Correctness: * Please do not use MOS to compare systems especially when they are highly similar to each other. Please us a 7-point AB test (sometimes called "comparative MOS"). See Section 2.1: https://ecs.utdallas.edu/loizou/cimplants/quality_assessment_chapter.pdf * Please describe the methodology for running multi-speaker MOS evaluations. Did you sample the test sentences at random (over-representing more dominant speakers) or did you balance the number of samples from each speaker? Which speakers were evaluated? * To make the work more reproducible, please include the test phrases used for all MOS evaluation in the supplemental material. * Please include the text of the utterance in Figure 4, 5 and 6. * The performance optimization in the permutation layer seems flawed on its face, because the typical implementation of a RealNVP coupling layer leaves one half of the channels dimension untransformed and each block alternates the side it transforms. In Glow, the introduction of the permutation layer removed the need to alternate which half is transformed, leaving the permutation process to the network to learn. By factoring the channels into groups as the paper describes, no channel mixing from one half of the channels to the other can occur. However, upon reading the code I see the authors have addressed this with a subtle permutation in how groups are formed: https://github.com/637t0yvgcrmw/code01/blob/219f6e1ad4d38826401c9e37c13c6678222d26aa/modules.py#L214-L215 If I understand correctly, this permutation splits the overall channel dimension into two halves, then groups each half into groups of size n_split / 2. It then merges pairs from the two halves and permutes those, mixing across halves.

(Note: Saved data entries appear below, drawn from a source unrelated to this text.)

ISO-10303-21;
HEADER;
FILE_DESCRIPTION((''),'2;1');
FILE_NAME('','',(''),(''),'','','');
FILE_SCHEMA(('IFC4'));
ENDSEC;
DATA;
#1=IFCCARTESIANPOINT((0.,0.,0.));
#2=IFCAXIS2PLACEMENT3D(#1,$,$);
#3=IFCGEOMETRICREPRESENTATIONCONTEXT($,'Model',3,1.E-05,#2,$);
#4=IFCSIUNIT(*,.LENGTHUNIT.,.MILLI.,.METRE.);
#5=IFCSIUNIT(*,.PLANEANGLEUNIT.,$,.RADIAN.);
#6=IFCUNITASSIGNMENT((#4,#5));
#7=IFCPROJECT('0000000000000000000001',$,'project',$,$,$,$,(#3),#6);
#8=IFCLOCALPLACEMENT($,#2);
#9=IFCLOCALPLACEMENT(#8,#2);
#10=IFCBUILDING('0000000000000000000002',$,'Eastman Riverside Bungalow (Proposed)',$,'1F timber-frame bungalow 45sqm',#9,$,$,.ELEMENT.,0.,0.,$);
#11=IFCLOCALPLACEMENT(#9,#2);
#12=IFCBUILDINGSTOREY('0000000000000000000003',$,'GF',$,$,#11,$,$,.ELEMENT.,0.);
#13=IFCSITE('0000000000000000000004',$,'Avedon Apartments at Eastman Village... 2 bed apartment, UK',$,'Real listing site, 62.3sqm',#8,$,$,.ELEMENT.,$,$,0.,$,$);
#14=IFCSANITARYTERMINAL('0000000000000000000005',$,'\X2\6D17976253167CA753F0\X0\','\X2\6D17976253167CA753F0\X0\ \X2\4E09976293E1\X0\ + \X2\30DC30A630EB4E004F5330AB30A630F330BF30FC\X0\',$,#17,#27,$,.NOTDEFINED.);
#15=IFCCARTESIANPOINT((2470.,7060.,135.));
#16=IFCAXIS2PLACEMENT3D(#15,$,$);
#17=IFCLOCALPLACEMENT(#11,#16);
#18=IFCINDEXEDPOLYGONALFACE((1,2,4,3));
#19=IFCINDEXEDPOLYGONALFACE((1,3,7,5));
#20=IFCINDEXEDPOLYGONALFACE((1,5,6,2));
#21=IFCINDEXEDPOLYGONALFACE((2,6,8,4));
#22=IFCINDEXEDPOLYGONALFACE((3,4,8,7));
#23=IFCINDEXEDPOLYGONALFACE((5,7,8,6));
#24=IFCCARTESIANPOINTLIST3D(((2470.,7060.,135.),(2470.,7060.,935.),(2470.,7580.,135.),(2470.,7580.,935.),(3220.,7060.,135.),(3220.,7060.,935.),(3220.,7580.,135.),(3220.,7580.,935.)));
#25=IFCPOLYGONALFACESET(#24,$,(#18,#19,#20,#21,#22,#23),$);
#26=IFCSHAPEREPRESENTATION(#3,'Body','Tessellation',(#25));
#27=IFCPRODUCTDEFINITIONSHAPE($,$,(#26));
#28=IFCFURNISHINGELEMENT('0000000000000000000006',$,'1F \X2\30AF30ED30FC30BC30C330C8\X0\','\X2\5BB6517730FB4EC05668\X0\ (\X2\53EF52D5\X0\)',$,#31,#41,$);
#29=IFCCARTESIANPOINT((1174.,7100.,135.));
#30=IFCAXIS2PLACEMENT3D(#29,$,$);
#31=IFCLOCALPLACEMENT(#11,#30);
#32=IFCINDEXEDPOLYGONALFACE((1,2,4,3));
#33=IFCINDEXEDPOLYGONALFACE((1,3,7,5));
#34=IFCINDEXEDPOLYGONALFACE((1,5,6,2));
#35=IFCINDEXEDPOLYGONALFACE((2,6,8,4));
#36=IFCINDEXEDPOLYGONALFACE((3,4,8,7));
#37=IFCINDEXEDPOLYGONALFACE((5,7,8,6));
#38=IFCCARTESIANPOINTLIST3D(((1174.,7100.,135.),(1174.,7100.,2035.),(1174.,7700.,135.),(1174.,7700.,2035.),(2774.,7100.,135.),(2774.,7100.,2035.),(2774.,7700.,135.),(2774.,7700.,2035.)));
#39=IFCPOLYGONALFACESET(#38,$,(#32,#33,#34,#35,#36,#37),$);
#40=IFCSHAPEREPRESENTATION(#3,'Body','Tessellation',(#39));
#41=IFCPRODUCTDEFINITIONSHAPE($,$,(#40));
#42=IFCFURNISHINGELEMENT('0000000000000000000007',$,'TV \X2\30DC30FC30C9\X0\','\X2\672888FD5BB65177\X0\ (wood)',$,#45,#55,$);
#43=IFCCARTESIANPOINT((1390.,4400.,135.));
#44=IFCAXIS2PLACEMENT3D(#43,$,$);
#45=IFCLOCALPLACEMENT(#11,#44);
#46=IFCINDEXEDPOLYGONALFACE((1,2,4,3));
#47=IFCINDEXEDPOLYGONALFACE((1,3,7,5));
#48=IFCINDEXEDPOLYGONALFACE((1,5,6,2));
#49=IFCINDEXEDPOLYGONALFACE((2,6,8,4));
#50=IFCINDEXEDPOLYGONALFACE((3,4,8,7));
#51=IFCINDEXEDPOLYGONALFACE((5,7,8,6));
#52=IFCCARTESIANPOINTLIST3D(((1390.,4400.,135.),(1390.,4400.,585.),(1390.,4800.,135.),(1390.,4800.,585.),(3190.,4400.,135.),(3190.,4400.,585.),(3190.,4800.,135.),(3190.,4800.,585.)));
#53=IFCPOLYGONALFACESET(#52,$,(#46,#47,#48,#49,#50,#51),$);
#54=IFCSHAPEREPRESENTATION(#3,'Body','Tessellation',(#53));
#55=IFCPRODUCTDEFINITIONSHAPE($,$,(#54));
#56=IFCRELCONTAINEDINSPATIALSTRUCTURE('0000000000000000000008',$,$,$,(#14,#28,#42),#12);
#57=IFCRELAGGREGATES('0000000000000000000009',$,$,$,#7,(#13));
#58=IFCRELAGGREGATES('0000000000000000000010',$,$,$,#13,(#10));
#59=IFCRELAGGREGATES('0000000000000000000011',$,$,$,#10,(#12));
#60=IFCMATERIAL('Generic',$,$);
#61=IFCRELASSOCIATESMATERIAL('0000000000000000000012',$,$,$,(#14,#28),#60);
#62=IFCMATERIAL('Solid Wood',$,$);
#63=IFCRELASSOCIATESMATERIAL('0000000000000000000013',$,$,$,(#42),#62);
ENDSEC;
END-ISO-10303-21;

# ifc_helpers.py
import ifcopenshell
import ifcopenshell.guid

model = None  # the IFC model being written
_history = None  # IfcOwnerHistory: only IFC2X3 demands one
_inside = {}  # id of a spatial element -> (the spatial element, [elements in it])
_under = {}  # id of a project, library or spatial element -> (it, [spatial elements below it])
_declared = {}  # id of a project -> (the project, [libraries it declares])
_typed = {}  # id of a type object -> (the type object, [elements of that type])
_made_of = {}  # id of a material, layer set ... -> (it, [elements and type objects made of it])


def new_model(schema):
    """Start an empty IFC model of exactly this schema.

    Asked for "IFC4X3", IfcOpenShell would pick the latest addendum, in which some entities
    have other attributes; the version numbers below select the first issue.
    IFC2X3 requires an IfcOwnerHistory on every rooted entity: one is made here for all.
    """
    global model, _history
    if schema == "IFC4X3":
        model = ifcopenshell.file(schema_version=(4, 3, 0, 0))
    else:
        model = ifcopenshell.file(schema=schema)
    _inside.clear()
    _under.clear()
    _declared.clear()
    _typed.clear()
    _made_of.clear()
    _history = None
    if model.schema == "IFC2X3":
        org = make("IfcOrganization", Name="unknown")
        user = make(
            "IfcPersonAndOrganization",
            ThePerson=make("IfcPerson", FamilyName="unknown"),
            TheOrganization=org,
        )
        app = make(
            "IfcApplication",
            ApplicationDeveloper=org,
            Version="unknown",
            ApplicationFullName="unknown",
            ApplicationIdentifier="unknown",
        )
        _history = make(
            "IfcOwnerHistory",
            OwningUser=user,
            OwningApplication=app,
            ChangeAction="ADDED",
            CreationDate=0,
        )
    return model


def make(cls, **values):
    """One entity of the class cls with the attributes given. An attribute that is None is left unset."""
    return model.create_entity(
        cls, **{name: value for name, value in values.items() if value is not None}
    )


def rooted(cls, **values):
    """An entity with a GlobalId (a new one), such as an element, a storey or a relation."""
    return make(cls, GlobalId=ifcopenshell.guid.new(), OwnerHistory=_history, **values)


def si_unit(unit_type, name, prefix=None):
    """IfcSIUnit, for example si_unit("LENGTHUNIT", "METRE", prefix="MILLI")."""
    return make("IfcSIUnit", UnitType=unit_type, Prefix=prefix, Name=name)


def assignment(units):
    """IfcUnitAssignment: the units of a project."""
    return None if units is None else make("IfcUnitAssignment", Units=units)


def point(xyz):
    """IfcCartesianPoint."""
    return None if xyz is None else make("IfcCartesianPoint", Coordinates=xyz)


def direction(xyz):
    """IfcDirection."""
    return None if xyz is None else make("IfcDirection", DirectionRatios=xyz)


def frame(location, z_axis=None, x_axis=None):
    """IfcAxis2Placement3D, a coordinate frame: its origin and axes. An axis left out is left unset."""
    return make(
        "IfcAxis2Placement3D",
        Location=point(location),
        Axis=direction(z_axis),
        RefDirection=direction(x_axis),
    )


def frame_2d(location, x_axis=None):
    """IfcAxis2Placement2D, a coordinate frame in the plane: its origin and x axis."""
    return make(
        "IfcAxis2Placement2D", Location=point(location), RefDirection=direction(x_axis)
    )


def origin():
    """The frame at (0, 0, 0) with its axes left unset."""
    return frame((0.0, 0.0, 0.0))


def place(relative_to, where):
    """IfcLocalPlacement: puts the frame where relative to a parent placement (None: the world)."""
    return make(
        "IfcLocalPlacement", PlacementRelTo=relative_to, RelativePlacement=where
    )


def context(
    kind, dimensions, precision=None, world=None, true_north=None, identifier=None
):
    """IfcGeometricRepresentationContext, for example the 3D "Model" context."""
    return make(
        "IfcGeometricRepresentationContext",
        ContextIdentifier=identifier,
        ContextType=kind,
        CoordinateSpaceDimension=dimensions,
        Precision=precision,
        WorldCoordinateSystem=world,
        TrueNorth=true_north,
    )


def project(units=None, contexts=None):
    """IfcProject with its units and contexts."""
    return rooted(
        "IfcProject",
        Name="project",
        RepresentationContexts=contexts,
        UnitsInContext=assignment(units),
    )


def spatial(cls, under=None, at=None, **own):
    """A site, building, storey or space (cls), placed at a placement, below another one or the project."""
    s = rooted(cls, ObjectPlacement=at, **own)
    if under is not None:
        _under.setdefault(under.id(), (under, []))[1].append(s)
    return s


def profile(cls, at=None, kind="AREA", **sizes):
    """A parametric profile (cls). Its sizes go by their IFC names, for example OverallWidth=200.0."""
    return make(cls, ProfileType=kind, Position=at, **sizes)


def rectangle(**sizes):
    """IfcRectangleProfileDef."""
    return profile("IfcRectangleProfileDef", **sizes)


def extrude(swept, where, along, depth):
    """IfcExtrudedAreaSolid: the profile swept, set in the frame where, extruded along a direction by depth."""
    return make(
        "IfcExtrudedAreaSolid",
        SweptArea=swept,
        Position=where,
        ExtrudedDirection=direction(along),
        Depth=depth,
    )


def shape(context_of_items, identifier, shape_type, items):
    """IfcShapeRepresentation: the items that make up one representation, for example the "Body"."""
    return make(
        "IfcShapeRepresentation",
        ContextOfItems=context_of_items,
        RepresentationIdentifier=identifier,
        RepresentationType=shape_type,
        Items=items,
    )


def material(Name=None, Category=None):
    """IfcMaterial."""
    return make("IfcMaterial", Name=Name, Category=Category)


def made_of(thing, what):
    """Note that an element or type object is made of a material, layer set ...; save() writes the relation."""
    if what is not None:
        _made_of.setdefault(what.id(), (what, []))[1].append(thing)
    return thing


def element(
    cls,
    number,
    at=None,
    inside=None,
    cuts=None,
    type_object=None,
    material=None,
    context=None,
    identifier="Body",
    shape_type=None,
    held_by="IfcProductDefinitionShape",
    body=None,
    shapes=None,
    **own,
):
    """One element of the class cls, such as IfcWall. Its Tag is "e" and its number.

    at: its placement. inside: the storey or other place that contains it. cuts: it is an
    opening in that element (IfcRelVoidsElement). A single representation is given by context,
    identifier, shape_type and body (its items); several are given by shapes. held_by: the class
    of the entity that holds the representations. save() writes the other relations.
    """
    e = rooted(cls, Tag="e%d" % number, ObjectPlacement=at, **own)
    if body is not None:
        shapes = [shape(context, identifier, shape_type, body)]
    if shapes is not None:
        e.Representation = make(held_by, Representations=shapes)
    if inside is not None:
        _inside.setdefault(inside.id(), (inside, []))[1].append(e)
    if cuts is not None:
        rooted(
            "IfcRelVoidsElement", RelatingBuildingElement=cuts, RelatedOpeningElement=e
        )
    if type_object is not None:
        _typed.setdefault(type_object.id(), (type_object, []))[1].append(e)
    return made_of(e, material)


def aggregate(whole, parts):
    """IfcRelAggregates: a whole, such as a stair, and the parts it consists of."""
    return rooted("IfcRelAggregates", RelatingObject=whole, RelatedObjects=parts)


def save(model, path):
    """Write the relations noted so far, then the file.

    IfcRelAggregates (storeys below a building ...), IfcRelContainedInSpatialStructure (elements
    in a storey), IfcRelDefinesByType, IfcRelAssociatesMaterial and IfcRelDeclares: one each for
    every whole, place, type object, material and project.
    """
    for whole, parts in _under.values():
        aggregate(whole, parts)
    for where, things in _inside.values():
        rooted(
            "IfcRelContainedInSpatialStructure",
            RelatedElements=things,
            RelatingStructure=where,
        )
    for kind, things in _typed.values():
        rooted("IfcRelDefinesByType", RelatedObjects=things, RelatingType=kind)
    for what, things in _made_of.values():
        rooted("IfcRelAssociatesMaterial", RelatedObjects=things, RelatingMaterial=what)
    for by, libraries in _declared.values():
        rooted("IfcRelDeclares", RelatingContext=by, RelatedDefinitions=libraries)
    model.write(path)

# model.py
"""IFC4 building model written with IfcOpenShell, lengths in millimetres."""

from ifc_helpers import new_model, si_unit, frame, frame_2d, origin, place, context, project, spatial, rectangle, extrude, material, element, save


model = new_model("IFC4")

# Units and contexts
model_context = context("Model", 3, precision=1e-05, world=origin())
ifc_project = project(units=[si_unit("LENGTHUNIT", "METRE", prefix="MILLI"), si_unit("PLANEANGLEUNIT", "RADIAN")], contexts=[model_context])

# Site, building, storey
site_placement = place(None, origin())
site = spatial("IfcSite", under=ifc_project, at=site_placement, Name="Avedon Apartments at Eastman Village... 2 bed apartment, UK", ObjectType="Real listing site, 62.3sqm", CompositionType="ELEMENT", RefElevation=0.0)
building_placement = place(site_placement, origin())
building = spatial("IfcBuilding", under=site, at=building_placement, Name="Eastman Riverside Bungalow (Proposed)", ObjectType="1F timber-frame bungalow 45sqm", CompositionType="ELEMENT", ElevationOfRefHeight=0.0, ElevationOfTerrain=0.0)
storey_placement = place(building_placement, origin())
storey = spatial("IfcBuildingStorey", under=building, at=storey_placement, Name="GF", CompositionType="ELEMENT", Elevation=0.0)

# Shared definitions
ifc_material_1 = material(Name="Solid Wood")

# Shared definitions
ifc_material_2 = material(Name="Generic")

# Sanitary terminal
sanitary_terminal_1_placement = place(storey_placement, frame((2470.0, 7060.0, 135.0)))
element("IfcSanitaryTerminal", 1, at=sanitary_terminal_1_placement, inside=storey, material=ifc_material_2, Name="洗面化粧台", Description="洗面化粧台 三面鏡 + ボウル一体カウンター", PredefinedType="NOTDEFINED", context=model_context, shape_type="SweptSolid", body=[
    extrude(rectangle(XDim=750.0, YDim=520.0, at=frame_2d((375.0, 260.0))), frame((2470.0, 7060.0, 135.0)), (0.0, 0.0, 1.0), 800.0),
])

# Furnishing elements
furnishing_1_placement = place(storey_placement, frame((1174.0, 7100.0, 135.0)))
element("IfcFurnishingElement", 2, at=furnishing_1_placement, inside=storey, material=ifc_material_2, Name="1F クローゼット", Description="家具・什器 (可動)", context=model_context, shape_type="SweptSolid", body=[
    extrude(rectangle(XDim=1600.0, YDim=600.0, at=frame_2d((800.0, 300.0))), frame((1174.0, 7100.0, 135.0)), (0.0, 0.0, 1.0), 1900.0),
])
furnishing_2_placement = place(storey_placement, frame((1390.0, 4400.0, 135.0)))
element("IfcFurnishingElement", 3, at=furnishing_2_placement, inside=storey, material=ifc_material_1, Name="TV ボード", Description="木製家具 (wood)", context=model_context, shape_type="SweptSolid", body=[
    extrude(rectangle(XDim=1800.0, YDim=400.0, at=frame_2d((900.0, 200.0))), frame((1390.0, 4400.0, 135.0)), (0.0, 0.0, 1.0), 450.0),
])

save(model, "model.ifc")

This subtlety is highly non-obvious and should be mentioned in the main manuscript if space permits. The supplemental materials Figure 8c should also be modified to make this mixing across the two halves of the channel dimension clearer.

Clarity: The paper is well written and easy to comprehend.

Relation to Prior Work: The relationship to prior work is well explicated.

Reproducibility: Yes

Additional Feedback: Thank you to the authors for the clarifications and promised updates. I've adjusted my score from 6 to 7 since most of my concerns are now addressed.

Review 4

Summary and Contributions: This paper proposed a TTS model that converts input text to latent representation, which is then converted to mel spectrogram by a decoder. During the alignment, dynamic programming is used to compute the most probable alignment given the current model, then the alignment is used to update the model parameters. Besides, the invertible mel decoder enables the inference of latent representation from ground truth mel. This iterative method is very interesting. The trained model performs well on very long sentences.

Strengths: 1. The paper incorporates the monotonic property of text-to-speech in the model, which eliminates looping issues in many existing TTS models. 2. The model uses an iterative approach for training, which is novel in neural TTS. 3. The generated speech sounds good, and speech rate control is quite effective.

Weaknesses: The proposed model did not study emotion control. It would be good to study how emotion tokens (angry, excited) can be learned with some model extension.

Correctness: The problem formulation, model design, and evaluation look good to me.

Clarity: Yes.

Relation to Prior Work: The previous contributions were well covered. The training procedure of the proposed model is simpler compared to other parallel TTS models.

Reproducibility: Yes

Additional Feedback: When the flow-based decoder is introduced in the paper, it would be good to mention that latent code and mel have the same length. It will make the paper easier to read for people who are unfamiliar with flow-based models.